# Write the probable values of l and m_l for the principal quantum number n=3. Why?

Mar 11, 2018

Here's what I got.

#### Explanation:

The angular momentum quantum number, $l$, describes the energy subshell in which an electron is located in an atom.

The possible values that the angular momentum quantum number can take depend on the value of the principal quantum number, $n$, which describes the energy shell in which the electron is located.

The relationship between these two quantum numbers is given by

$l = \left\{0 , 1 , \ldots , n - 1\right\}$

$n = 3 \to$ the third energy shell

and so you can have

• $l = 0 \to$ the $s$ subshell
• $l = 1 \to$ the $p$ subshell
• $l = 2 \to$ the $d$ subshell

Basically, the energy shell in which the electron is located will determine the possible subshells that can hold the electron, i.e. the type of orbitals that can hold the electron.

Now, the magnetic quantum number, ${m}_{l}$, which describes the orientation* of the orbital that holds the electron.

The relationship between the angular momentum quantum number and the magnetic quantum number is given by

${m}_{l} = \left\{- l , - \left(l - 1\right) , \ldots , - 1 , 0 , 1 , \ldots , \left(l - 1\right) , l\right\}$

In your case, you can have

• $l = 0 \implies {m}_{l} = 0$
• $l = 1 \to {m}_{l} = \left\{- 1 , 0 , 1\right\}$
• $l = 2 \to {m}_{l} = \left\{- 2 , - 1 , 0 , 1 , 2\right\}$

The number of values that the magnetic quantum number can take tells you the number of orbitals present in a given subshell.
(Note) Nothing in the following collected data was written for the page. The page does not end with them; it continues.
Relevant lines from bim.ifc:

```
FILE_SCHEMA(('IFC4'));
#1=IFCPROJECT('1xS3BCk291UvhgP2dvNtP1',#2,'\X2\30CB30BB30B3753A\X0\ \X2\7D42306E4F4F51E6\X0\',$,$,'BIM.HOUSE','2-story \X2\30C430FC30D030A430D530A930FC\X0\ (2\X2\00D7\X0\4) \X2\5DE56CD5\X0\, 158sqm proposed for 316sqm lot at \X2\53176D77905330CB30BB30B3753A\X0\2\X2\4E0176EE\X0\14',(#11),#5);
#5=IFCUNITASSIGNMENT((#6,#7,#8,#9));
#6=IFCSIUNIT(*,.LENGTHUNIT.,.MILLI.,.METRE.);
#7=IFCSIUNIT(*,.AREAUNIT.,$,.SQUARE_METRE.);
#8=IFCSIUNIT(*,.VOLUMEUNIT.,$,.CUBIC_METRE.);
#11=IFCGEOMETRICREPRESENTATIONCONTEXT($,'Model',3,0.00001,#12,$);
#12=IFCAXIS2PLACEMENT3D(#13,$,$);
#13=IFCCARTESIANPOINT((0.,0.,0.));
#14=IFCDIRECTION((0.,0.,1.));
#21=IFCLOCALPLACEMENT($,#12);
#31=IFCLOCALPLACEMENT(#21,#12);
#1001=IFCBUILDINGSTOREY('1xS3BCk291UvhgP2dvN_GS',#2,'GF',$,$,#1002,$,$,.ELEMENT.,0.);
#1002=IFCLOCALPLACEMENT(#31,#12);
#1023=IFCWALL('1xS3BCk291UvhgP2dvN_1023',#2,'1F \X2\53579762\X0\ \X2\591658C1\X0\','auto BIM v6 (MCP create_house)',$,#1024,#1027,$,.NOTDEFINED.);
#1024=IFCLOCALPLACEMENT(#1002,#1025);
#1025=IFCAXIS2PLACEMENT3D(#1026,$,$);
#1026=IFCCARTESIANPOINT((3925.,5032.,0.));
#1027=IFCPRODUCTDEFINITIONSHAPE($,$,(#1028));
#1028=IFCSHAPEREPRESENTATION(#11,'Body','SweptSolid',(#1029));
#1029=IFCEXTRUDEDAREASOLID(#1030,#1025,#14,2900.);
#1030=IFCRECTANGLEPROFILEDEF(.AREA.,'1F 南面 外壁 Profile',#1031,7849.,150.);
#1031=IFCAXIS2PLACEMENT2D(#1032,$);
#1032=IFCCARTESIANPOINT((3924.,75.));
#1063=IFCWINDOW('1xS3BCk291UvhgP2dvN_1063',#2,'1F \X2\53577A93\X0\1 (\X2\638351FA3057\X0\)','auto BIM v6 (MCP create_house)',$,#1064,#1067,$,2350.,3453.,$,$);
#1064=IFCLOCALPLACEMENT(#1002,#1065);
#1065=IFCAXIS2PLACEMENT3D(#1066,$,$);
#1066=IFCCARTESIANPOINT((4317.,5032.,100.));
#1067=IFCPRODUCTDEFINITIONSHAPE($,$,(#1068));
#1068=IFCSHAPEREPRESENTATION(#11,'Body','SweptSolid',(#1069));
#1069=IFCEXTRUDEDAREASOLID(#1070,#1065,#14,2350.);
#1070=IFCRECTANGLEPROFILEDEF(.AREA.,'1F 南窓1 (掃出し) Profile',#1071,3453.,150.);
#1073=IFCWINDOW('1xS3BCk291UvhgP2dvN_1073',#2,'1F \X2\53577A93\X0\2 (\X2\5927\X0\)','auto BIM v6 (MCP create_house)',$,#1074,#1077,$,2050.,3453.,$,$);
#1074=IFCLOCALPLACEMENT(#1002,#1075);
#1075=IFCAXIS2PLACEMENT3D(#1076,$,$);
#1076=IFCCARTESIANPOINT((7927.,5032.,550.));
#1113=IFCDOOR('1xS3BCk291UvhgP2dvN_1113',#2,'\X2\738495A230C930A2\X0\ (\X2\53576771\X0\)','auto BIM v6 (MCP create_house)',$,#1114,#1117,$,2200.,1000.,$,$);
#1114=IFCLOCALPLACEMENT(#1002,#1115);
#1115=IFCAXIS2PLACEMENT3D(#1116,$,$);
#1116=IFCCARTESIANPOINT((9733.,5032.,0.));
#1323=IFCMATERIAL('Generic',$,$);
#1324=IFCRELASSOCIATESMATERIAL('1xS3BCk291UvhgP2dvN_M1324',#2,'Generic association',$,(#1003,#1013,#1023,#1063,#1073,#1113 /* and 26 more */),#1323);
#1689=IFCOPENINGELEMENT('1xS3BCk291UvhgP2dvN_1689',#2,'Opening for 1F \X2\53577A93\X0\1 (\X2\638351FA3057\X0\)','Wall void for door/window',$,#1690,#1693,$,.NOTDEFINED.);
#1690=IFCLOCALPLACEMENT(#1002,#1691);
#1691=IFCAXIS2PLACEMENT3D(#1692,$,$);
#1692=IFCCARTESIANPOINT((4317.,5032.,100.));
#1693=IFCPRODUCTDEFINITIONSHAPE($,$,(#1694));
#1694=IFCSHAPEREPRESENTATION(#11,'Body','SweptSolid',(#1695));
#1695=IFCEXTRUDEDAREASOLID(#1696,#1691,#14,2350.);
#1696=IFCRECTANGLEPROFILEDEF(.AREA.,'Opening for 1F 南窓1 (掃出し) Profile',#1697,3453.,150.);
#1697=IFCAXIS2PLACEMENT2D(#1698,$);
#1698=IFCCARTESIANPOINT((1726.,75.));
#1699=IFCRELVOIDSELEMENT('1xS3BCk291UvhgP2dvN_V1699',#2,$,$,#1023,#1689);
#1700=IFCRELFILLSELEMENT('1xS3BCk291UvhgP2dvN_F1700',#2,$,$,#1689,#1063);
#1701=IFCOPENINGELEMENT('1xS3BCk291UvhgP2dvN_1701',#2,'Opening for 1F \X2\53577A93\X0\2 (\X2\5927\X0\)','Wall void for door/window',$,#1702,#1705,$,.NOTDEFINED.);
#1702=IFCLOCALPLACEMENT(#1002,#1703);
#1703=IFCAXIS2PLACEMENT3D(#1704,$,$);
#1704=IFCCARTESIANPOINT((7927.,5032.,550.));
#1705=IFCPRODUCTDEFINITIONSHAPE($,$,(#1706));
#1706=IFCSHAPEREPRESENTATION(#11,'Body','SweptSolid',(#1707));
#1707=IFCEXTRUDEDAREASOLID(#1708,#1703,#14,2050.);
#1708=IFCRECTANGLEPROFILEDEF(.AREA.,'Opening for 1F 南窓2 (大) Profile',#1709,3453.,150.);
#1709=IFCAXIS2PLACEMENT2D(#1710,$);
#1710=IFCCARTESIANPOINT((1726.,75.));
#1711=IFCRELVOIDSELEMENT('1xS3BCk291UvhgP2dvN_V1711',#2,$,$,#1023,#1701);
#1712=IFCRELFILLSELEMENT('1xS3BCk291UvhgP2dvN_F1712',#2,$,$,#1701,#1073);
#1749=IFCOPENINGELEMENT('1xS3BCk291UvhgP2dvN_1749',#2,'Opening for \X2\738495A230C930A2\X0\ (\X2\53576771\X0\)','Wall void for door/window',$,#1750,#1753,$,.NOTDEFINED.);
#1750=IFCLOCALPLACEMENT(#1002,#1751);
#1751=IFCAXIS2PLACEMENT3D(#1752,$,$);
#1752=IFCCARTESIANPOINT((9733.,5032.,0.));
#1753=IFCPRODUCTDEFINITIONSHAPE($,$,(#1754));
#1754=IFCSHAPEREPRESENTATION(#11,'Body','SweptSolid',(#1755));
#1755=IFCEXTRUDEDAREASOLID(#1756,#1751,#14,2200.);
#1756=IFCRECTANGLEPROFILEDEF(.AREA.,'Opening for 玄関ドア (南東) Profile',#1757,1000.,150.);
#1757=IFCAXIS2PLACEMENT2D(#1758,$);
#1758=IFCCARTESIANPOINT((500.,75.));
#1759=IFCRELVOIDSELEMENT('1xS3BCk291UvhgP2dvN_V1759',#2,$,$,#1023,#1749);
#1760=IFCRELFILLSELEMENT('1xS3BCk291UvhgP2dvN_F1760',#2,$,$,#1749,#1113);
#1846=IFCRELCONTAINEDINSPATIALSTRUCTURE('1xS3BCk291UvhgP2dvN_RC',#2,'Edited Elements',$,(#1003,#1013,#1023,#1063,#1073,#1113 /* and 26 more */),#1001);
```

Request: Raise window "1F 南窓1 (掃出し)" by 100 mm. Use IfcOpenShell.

```python
import numpy as np
import ifcopenshell
import ifcopenshell.api.geometry
import ifcopenshell.util.placement
import ifcopenshell.util.unit

model = ifcopenshell.open("bim.ifc")
unit_scale = ifcopenshell.util.unit.calculate_unit_scale(model)

window = model.by_guid("1xS3BCk291UvhgP2dvN_1063")
opening = window.FillsVoids[0].RelatingOpeningElement
dz = 0.1 / unit_scale

shift = np.array([0.0, 0.0, dz])
# The window is not placed relative to its opening, so move both.
for product in (opening, window):
    matrix = ifcopenshell.util.placement.get_local_placement(product.ObjectPlacement)
    matrix[:3, 3] += shift
    ifcopenshell.api.geometry.edit_object_placement(model, product=product, matrix=matrix, is_si=False)

print(f"moved by {dz * unit_scale:+.3f} m")

model.write("bim_updated.ifc")
```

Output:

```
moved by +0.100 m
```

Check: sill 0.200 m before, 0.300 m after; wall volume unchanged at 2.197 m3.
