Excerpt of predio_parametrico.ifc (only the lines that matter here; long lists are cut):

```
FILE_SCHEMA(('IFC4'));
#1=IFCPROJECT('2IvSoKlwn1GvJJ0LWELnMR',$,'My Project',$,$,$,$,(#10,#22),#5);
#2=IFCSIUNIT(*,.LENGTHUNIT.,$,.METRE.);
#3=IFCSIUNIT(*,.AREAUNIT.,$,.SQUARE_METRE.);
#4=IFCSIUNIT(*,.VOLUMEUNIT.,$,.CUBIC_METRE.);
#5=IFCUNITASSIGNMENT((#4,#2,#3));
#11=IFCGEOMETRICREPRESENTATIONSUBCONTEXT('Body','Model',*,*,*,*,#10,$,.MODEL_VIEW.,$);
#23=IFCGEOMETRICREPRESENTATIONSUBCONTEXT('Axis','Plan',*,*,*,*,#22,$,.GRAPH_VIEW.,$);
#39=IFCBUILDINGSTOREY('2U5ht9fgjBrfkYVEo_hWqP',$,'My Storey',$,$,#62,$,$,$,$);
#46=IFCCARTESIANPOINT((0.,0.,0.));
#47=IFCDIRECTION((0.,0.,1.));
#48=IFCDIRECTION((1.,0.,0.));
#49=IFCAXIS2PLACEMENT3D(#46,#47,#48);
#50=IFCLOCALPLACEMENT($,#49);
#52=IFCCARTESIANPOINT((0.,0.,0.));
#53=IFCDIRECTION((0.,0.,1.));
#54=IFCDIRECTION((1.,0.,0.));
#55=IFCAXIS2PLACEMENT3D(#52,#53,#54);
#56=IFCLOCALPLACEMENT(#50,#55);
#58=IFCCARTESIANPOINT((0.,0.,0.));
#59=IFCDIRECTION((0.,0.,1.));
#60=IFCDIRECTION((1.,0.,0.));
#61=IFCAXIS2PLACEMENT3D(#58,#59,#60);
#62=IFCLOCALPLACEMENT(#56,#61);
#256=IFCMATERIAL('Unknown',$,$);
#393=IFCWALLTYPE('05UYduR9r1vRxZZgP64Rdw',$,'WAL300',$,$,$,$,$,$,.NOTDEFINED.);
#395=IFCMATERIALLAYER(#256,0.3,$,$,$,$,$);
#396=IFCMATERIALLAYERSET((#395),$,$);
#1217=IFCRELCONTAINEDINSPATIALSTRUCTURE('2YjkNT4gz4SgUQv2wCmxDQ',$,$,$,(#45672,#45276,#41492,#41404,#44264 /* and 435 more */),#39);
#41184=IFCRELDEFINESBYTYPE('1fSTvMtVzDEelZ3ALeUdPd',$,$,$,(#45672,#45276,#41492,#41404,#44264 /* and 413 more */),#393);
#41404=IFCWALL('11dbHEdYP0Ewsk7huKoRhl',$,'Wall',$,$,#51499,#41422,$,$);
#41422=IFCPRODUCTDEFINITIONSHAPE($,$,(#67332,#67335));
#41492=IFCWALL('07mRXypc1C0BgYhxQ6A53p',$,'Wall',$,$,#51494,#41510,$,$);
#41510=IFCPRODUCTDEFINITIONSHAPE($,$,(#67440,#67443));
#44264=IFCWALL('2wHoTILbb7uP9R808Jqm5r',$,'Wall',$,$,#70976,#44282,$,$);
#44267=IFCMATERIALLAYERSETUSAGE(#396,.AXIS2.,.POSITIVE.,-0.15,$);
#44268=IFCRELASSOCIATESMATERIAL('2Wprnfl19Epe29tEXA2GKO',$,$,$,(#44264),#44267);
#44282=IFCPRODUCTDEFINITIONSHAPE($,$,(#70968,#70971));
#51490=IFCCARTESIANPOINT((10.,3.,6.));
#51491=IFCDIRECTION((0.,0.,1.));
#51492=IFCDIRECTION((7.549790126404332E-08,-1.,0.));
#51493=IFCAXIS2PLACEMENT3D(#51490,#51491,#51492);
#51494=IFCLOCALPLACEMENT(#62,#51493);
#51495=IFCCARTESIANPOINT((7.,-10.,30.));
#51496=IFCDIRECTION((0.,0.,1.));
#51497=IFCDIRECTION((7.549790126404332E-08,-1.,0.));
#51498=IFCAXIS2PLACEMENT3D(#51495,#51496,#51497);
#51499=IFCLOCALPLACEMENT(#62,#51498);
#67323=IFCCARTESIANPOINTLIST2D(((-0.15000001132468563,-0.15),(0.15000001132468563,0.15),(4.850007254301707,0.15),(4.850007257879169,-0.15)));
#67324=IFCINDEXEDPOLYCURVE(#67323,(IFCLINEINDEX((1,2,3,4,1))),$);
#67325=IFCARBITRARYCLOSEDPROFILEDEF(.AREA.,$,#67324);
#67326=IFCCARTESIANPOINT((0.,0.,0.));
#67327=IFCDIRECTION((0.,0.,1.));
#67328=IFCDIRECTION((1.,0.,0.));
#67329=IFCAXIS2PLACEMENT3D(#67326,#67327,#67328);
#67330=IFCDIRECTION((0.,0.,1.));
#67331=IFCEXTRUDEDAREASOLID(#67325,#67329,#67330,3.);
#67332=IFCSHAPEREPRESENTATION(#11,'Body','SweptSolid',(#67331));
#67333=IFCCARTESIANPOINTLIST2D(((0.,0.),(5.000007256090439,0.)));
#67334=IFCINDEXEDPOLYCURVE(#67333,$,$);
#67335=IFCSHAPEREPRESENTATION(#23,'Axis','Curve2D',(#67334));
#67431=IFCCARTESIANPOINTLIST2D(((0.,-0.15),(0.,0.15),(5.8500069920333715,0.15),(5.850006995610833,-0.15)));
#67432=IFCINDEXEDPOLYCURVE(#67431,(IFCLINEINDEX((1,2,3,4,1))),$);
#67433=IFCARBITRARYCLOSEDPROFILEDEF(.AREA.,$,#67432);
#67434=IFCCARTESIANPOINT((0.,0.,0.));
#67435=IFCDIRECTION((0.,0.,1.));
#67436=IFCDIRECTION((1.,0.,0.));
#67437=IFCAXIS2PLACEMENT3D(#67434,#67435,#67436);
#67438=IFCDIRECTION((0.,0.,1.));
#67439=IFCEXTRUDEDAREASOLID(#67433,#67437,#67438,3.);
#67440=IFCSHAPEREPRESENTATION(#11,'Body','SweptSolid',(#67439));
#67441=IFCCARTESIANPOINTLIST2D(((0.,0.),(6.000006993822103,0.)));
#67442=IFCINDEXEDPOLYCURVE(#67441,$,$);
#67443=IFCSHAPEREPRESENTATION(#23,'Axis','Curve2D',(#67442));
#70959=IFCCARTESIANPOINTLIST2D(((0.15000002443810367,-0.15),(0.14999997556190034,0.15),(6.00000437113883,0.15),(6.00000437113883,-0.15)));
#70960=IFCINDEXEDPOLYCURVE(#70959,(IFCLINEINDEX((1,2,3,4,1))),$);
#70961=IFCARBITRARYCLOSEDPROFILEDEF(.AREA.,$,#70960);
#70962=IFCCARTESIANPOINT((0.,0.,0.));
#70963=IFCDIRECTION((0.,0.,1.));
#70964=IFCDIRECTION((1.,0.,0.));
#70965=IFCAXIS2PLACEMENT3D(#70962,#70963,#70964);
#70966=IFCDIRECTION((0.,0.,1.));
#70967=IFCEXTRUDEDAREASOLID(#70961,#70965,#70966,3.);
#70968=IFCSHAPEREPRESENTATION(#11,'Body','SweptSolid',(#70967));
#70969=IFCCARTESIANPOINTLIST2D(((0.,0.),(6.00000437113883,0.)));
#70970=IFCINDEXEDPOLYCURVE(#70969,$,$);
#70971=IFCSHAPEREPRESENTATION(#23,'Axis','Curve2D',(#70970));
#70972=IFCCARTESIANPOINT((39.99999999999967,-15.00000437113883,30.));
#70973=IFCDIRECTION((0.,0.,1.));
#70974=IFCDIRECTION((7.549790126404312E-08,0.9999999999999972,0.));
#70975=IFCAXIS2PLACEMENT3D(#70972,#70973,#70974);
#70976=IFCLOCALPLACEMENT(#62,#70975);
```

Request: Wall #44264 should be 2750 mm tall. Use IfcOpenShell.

```python
import ifcopenshell
import ifcopenshell.geom
import ifcopenshell.util.representation
import ifcopenshell.util.shape
import ifcopenshell.util.unit

model = ifcopenshell.open("predio_parametrico.ifc")
unit_scale = ifcopenshell.util.unit.calculate_unit_scale(model)
settings = ifcopenshell.geom.settings()


def volume(element):
    """Net volume in cubic metres, openings subtracted."""
    shape = ifcopenshell.geom.create_shape(settings, element)
    return ifcopenshell.util.shape.get_volume(shape.geometry)


wall = model.by_id(44264)
before = volume(wall)

body = ifcopenshell.util.representation.get_representation(wall, "Model", "Body")
solid = body.Items[0]
old_height = solid.Depth
solid.Depth = 2.75 / unit_scale
after = volume(wall)

print(f"height {old_height:g} -> {solid.Depth:g}, volume {before:.3f} -> {after:.3f} m3")

model.write("predio_parametrico-out.ifc")
```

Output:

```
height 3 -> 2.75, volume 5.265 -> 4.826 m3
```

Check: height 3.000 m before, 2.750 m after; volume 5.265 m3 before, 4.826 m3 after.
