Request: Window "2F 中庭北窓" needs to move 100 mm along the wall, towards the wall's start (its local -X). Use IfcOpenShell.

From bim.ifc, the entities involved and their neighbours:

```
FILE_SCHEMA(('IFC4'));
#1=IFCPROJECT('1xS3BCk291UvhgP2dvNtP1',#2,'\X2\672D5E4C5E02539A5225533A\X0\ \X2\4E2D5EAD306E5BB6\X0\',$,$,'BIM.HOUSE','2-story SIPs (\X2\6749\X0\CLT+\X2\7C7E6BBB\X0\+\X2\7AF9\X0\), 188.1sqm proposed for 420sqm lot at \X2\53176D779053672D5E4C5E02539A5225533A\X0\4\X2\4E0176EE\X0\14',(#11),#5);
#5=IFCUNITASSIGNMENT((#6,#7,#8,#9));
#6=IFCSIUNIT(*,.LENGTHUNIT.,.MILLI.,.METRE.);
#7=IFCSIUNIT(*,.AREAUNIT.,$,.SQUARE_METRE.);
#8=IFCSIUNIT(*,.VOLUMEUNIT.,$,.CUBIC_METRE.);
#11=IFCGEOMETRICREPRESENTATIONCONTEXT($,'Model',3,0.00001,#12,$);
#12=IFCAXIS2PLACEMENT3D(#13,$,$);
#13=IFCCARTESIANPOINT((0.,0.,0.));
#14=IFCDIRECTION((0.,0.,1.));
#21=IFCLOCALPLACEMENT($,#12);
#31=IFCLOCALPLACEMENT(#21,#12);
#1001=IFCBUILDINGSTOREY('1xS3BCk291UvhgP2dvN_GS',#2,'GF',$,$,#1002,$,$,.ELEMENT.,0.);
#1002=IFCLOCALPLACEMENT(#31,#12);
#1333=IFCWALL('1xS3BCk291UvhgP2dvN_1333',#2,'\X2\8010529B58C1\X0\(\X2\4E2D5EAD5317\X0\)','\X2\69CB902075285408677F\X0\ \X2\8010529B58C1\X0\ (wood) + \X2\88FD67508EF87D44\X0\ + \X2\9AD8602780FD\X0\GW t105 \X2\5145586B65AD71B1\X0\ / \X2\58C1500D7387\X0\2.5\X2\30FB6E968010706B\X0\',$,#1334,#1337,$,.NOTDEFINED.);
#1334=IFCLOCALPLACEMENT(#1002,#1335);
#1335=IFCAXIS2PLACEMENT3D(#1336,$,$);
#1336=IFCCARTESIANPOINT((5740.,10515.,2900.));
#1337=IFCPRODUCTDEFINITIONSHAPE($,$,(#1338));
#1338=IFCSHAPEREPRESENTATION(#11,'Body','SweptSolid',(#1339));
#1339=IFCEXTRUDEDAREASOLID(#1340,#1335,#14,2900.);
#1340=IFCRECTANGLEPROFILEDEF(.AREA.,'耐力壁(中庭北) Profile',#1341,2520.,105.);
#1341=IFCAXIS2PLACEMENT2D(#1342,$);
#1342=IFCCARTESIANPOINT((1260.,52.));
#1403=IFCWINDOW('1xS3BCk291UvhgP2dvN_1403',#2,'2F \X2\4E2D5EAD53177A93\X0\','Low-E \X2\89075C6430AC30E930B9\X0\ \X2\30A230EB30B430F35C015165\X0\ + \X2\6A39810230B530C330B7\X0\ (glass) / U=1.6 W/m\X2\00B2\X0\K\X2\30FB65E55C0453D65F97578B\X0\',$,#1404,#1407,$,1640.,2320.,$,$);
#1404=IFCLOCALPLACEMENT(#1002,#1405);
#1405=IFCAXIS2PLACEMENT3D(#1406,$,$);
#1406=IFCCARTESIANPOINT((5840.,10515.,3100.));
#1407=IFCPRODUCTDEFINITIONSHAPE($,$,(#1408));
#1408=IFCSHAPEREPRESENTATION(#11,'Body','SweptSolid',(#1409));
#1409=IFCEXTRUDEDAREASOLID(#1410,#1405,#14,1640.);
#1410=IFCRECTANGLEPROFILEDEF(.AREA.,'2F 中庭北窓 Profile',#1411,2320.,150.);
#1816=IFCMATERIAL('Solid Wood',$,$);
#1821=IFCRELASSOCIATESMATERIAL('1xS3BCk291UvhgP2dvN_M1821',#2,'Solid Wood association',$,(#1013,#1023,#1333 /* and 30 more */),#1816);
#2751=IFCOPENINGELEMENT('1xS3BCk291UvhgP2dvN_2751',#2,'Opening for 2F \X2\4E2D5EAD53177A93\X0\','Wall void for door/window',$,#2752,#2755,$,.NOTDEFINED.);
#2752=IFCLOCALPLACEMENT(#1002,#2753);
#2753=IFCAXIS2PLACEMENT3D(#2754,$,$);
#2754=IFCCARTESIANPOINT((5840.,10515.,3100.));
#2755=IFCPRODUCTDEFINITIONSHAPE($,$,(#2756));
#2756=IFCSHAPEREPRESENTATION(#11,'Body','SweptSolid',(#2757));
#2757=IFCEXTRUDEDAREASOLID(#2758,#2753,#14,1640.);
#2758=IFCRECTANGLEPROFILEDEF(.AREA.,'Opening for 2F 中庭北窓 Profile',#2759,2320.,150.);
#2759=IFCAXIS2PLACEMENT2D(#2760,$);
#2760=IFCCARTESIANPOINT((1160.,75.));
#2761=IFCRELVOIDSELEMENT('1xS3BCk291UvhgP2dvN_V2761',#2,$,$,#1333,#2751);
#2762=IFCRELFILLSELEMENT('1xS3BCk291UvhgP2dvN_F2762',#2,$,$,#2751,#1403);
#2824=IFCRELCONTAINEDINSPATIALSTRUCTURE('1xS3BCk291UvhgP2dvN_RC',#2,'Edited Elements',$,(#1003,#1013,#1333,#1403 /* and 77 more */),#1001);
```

```python
import ifcopenshell
import ifcopenshell.api.geometry
import ifcopenshell.util.placement
import ifcopenshell.util.unit

model = ifcopenshell.open("bim.ifc")
unit_scale = ifcopenshell.util.unit.calculate_unit_scale(model)

window = model.by_id(1403)
opening = window.FillsVoids[0].RelatingOpeningElement
wall = opening.VoidsElements[0].RelatingBuildingElement

wall_matrix = ifcopenshell.util.placement.get_local_placement(wall.ObjectPlacement)
shift = wall_matrix[:3, 0] * -0.1 / unit_scale
before = ifcopenshell.util.placement.get_local_placement(window.ObjectPlacement)[:3, 3].copy()

# The window is not placed relative to its opening, so move both.
for product in (opening, window):
    matrix = ifcopenshell.util.placement.get_local_placement(product.ObjectPlacement)
    matrix[:3, 3] += shift
    ifcopenshell.api.geometry.edit_object_placement(model, product=product, matrix=matrix, is_si=False)

after = ifcopenshell.util.placement.get_local_placement(window.ObjectPlacement)[:3, 3]
print("window moved by", (after - before).round(3) + 0.0)

model.write("bim-out.ifc")
```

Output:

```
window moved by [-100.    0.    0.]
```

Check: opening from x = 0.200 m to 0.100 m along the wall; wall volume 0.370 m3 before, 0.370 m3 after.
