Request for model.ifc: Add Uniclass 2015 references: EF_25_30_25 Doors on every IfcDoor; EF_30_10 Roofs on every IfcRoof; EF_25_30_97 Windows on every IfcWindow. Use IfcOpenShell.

First a look at what the model holds.

```python
import ifcopenshell

model = ifcopenshell.open("model.ifc")
print(model.schema)
print("classifications:", [c.Name for c in model.by_type("IfcClassification")])
for ifc_class in ("IfcDoor", "IfcRoof", "IfcStair", "IfcWall", "IfcWindow"):
    print(ifc_class, len(model.by_type(ifc_class)))
```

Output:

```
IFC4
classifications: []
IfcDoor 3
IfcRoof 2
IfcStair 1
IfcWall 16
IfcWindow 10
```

```python
import ifcopenshell
import ifcopenshell.api.classification

model = ifcopenshell.open("model.ifc")

system = ifcopenshell.api.classification.add_classification(model, classification="Uniclass 2015")

codes = {
    "IfcDoor": ("EF_25_30_25", "Doors"),
    "IfcRoof": ("EF_30_10", "Roofs"),
    "IfcWindow": ("EF_25_30_97", "Windows"),
}
for ifc_class, (code, name) in codes.items():
    products = model.by_type(ifc_class)
    ifcopenshell.api.classification.add_reference(
        model, products=products, classification=system, identification=code, name=name
    )
    print(code, len(products))

model.write("model-out.ifc")
```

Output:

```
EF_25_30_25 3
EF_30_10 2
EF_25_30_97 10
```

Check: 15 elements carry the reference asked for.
• ${m}_{l} = 0 \to$ one $s$ orbital
• ${m}_{l} = \left\{- 1 , 0 , 1\right\} \to$ three $p$ orbitals
• ${m}_{l} = \left\{- 2 , - 1 , 0 , 1 , 2\right\} \to$ five $d$ orbitals

So, for example, you can have

$n = 3 , l = 0 , {m}_{l} = 0$

These quantum numbers describe an electron located in the third energy shell, in the $3 s$ subshell, in the $3 s$ orbital.

$n = 3 , l = 1 , {m}_{l} = - 1$

These quantum numbers describe an electron located in the third energy shell, in the $3 p$ subshell, in one of the three $3 p$ orbitals, let's say $3 {p}_{y}$.